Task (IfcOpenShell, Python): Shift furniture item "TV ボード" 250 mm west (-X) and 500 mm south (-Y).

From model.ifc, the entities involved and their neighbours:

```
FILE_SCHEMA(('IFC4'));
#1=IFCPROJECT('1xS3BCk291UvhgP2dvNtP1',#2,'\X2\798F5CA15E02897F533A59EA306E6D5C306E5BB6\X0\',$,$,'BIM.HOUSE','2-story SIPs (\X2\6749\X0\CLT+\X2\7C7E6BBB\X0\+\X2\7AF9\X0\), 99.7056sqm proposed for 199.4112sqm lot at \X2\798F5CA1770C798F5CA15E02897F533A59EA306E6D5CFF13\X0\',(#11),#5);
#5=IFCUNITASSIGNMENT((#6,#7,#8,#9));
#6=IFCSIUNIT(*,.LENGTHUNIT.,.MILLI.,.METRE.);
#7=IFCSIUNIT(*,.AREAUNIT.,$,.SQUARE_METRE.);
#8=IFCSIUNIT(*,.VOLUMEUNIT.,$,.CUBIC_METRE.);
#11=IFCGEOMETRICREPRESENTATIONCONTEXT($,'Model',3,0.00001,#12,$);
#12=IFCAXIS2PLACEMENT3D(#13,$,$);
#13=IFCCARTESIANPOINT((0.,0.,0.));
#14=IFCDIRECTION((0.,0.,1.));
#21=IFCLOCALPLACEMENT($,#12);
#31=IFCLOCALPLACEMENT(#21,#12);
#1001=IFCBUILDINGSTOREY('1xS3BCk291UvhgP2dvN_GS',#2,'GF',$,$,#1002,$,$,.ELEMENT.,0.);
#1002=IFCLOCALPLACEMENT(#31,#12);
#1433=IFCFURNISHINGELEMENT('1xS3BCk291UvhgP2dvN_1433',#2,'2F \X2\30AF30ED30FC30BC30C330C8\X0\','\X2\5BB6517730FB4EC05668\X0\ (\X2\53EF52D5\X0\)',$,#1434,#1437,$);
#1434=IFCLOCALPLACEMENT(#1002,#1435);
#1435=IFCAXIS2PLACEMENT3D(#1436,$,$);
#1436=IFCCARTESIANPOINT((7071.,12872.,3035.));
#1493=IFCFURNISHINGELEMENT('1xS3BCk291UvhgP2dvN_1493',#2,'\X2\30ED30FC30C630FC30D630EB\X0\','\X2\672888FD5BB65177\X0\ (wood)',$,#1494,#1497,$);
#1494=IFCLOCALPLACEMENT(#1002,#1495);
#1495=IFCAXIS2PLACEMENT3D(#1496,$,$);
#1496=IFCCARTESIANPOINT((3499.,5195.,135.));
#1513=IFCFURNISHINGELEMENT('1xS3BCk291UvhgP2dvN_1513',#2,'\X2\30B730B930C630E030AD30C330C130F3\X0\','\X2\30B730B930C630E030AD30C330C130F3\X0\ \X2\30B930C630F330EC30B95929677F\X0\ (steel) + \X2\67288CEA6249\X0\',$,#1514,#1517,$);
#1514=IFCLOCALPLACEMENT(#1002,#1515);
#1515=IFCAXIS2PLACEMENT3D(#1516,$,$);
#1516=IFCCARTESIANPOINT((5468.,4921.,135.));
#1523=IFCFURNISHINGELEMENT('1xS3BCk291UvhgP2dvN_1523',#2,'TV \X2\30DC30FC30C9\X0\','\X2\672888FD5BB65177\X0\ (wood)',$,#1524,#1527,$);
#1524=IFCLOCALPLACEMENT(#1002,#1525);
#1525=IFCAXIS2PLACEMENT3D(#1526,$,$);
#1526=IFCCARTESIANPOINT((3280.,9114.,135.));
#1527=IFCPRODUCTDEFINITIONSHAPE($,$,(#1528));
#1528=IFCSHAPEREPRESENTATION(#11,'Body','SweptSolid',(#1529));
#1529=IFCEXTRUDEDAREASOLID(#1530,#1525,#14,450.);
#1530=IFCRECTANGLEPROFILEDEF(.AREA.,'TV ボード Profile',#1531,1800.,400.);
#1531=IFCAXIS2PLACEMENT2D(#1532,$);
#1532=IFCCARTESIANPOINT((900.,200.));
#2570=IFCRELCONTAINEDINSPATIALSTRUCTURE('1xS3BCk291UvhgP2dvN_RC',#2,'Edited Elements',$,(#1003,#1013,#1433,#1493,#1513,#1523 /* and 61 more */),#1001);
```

```python
import ifcopenshell
import ifcopenshell.api.geometry
import ifcopenshell.util.placement

model = ifcopenshell.open("model.ifc")

item = model.by_guid("1xS3BCk291UvhgP2dvN_1523")
matrix = ifcopenshell.util.placement.get_local_placement(item.ObjectPlacement)
matrix[0, 3] -= 250.0
matrix[1, 3] -= 500.0
ifcopenshell.api.geometry.edit_object_placement(model, product=item, matrix=matrix, is_si=False)

print(ifcopenshell.util.placement.get_local_placement(item.ObjectPlacement).round(3) + 0.0)

model.write("model-out.ifc")
```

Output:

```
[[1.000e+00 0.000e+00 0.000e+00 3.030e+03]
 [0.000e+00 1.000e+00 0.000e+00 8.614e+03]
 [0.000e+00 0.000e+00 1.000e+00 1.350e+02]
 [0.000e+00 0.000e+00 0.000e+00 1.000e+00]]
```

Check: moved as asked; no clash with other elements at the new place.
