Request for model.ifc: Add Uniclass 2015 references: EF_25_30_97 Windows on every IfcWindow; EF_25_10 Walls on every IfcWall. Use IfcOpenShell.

First a look at what the model holds.

```python
import ifcopenshell

model = ifcopenshell.open("model.ifc")
print(model.schema)
print("classifications:", [c.Name for c in model.by_type("IfcClassification")])
for ifc_class in ("IfcDoor", "IfcRoof", "IfcStair", "IfcWall", "IfcWindow"):
    print(ifc_class, len(model.by_type(ifc_class)))
```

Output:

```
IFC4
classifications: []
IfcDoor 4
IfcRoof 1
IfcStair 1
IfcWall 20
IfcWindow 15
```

```python
import ifcopenshell
import ifcopenshell.api.classification

model = ifcopenshell.open("model.ifc")

system = ifcopenshell.api.classification.add_classification(model, classification="Uniclass 2015")

codes = {
    "IfcWindow": ("EF_25_30_97", "Windows"),
    "IfcWall": ("EF_25_10", "Walls"),
}
for ifc_class, (code, name) in codes.items():
    products = model.by_type(ifc_class)
    ifcopenshell.api.classification.add_reference(
        model, products=products, classification=system, identification=code, name=name
    )
    print(code, len(products))

model.write("model_rev.ifc")
```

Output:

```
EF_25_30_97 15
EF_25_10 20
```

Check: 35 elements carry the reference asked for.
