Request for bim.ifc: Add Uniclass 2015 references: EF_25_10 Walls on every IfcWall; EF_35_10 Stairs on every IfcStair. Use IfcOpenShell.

First a look at what the model holds.

```python
import ifcopenshell

model = ifcopenshell.open("bim.ifc")
print(model.schema)
print("classifications:", [c.Name for c in model.by_type("IfcClassification")])
for ifc_class in ("IfcDoor", "IfcRoof", "IfcStair", "IfcWall", "IfcWindow"):
    print(ifc_class, len(model.by_type(ifc_class)))
```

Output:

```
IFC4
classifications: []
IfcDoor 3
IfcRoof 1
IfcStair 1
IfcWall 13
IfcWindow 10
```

```python
import ifcopenshell
import ifcopenshell.api.classification

model = ifcopenshell.open("bim.ifc")

system = ifcopenshell.api.classification.add_classification(model, classification="Uniclass 2015")

codes = {
    "IfcWall": ("EF_25_10", "Walls"),
    "IfcStair": ("EF_35_10", "Stairs"),
}
for ifc_class, (code, name) in codes.items():
    products = model.by_type(ifc_class)
    ifcopenshell.api.classification.add_reference(
        model, products=products, classification=system, identification=code, name=name
    )
    print(code, len(products))

model.write("bim-out.ifc")
```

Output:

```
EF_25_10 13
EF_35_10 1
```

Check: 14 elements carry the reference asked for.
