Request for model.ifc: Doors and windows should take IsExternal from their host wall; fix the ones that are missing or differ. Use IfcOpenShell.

First a look at what the model holds.

```python
import ifcopenshell
import ifcopenshell.util.element

model = ifcopenshell.open("model.ifc")
print(model.schema)
seen = {}
for e in model.by_type("IfcDoor") + model.by_type("IfcWindow"):
    if not e.FillsVoids:
        continue
    host = e.FillsVoids[0].RelatingOpeningElement.VoidsElements[0].RelatingBuildingElement
    own = ifcopenshell.util.element.get_pset(e, f"Pset_{e.is_a()[3:].removesuffix('StandardCase')}Common", "IsExternal")
    wall = ifcopenshell.util.element.get_pset(host, "Pset_WallCommon", "IsExternal")
    seen[e.is_a(), own, wall] = seen.get((e.is_a(), own, wall), 0) + 1
for (cls, own, wall), count in sorted(seen.items(), key=str):
    print(count, cls, "IsExternal:", own, "| host wall:", wall)
```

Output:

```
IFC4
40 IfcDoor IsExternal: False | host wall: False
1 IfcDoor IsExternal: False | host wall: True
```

```python
import ifcopenshell
import ifcopenshell.api.pset
import ifcopenshell.util.element

model = ifcopenshell.open("model.ifc")

count = 0
for ifc_class, pset_name in (("IfcDoor", "Pset_DoorCommon"), ("IfcWindow", "Pset_WindowCommon")):
    for e in model.by_type(ifc_class):
        if not e.FillsVoids:
            continue
        host = e.FillsVoids[0].RelatingOpeningElement.VoidsElements[0].RelatingBuildingElement
        external = ifcopenshell.util.element.get_pset(host, "Pset_WallCommon", "IsExternal")
        if external is None or ifcopenshell.util.element.get_pset(e, pset_name, "IsExternal") == external:
            continue
        pset = ifcopenshell.api.pset.add_pset(model, product=e, name=pset_name)
        ifcopenshell.api.pset.edit_pset(model, pset=pset, properties={"IsExternal": external})
        count += 1

print(count, "updated")

model.write("model_rev.ifc")
```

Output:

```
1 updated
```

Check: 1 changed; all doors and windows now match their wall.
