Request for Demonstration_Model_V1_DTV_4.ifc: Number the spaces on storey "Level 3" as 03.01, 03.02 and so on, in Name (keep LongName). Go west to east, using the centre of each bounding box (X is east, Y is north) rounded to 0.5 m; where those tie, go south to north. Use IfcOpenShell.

First a look at what the model holds.

```python
import ifcopenshell
import ifcopenshell.util.element
import ifcopenshell.util.placement

model = ifcopenshell.open("Demonstration_Model_V1_DTV_4.ifc")
print(model.schema)
storey = next(s for s in model.by_type("IfcBuildingStorey") if s.Name == "Level 3")
spaces = [e for e in ifcopenshell.util.element.get_decomposition(storey) if e.is_a("IfcSpace")]
for e in sorted(spaces, key=lambda e: e.id()):
    origin = ifcopenshell.util.placement.get_local_placement(e.ObjectPlacement)[:3, 3]
    print(e.id(), e.Name, e.LongName, origin.round(2) + 0.0, sep=" | ")
```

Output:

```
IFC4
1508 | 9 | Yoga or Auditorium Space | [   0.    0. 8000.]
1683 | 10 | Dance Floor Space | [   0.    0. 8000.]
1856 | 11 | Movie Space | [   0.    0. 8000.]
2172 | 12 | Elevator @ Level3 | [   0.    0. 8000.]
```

```python
import ifcopenshell
import ifcopenshell.geom
import ifcopenshell.util.element
import ifcopenshell.util.shape

model = ifcopenshell.open("Demonstration_Model_V1_DTV_4.ifc")
settings = ifcopenshell.geom.settings()
settings.set("use-world-coords", True)


def centre(element):
    shape = ifcopenshell.geom.create_shape(settings, element)
    return ifcopenshell.util.shape.get_bbox_centroid(shape.geometry)


storey = next(s for s in model.by_type("IfcBuildingStorey") if s.Name == "Level 3")
spaces = [e for e in ifcopenshell.util.element.get_decomposition(storey) if e.is_a("IfcSpace")]

# Insertion points can sit at a corner or the storey origin, so sort by the geometry (in metres).
centres = {e: centre(e) for e in spaces}
spaces.sort(key=lambda e: (round(centres[e][0] / 0.5), centres[e][1]))

for i, e in enumerate(spaces, start=1):
    number = f"03.{i:02d}"
    e.Name = number
    print(e.id(), number)

model.write("Demonstration_Model_V1_DTV_4-out.ifc")
```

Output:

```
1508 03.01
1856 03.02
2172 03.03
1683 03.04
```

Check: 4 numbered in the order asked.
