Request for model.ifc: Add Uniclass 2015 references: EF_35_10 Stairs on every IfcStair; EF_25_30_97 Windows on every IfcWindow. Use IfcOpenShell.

First a look at what the model holds.

```python
import ifcopenshell

model = ifcopenshell.open("model.ifc")
print(model.schema)
print("classifications:", [c.Name for c in model.by_type("IfcClassification")])
for ifc_class in ("IfcDoor", "IfcRoof", "IfcStair", "IfcWall", "IfcWindow"):
    print(ifc_class, len(model.by_type(ifc_class)))
```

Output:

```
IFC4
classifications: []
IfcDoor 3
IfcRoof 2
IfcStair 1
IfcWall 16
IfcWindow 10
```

```python
import ifcopenshell
import ifcopenshell.api.classification

model = ifcopenshell.open("model.ifc")

system = ifcopenshell.api.classification.add_classification(model, classification="Uniclass 2015")

codes = {
    "IfcStair": ("EF_35_10", "Stairs"),
    "IfcWindow": ("EF_25_30_97", "Windows"),
}
for ifc_class, (code, name) in codes.items():
    products = model.by_type(ifc_class)
    ifcopenshell.api.classification.add_reference(
        model, products=products, classification=system, identification=code, name=name
    )
    print(code, len(products))

model.write("model-out.ifc")
```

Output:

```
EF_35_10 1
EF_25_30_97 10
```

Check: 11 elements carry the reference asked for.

--------------------

**Problem to work on**.
If a line in the entries above holds the word "wood", count it; then report the total alone.

**Task answer**.
2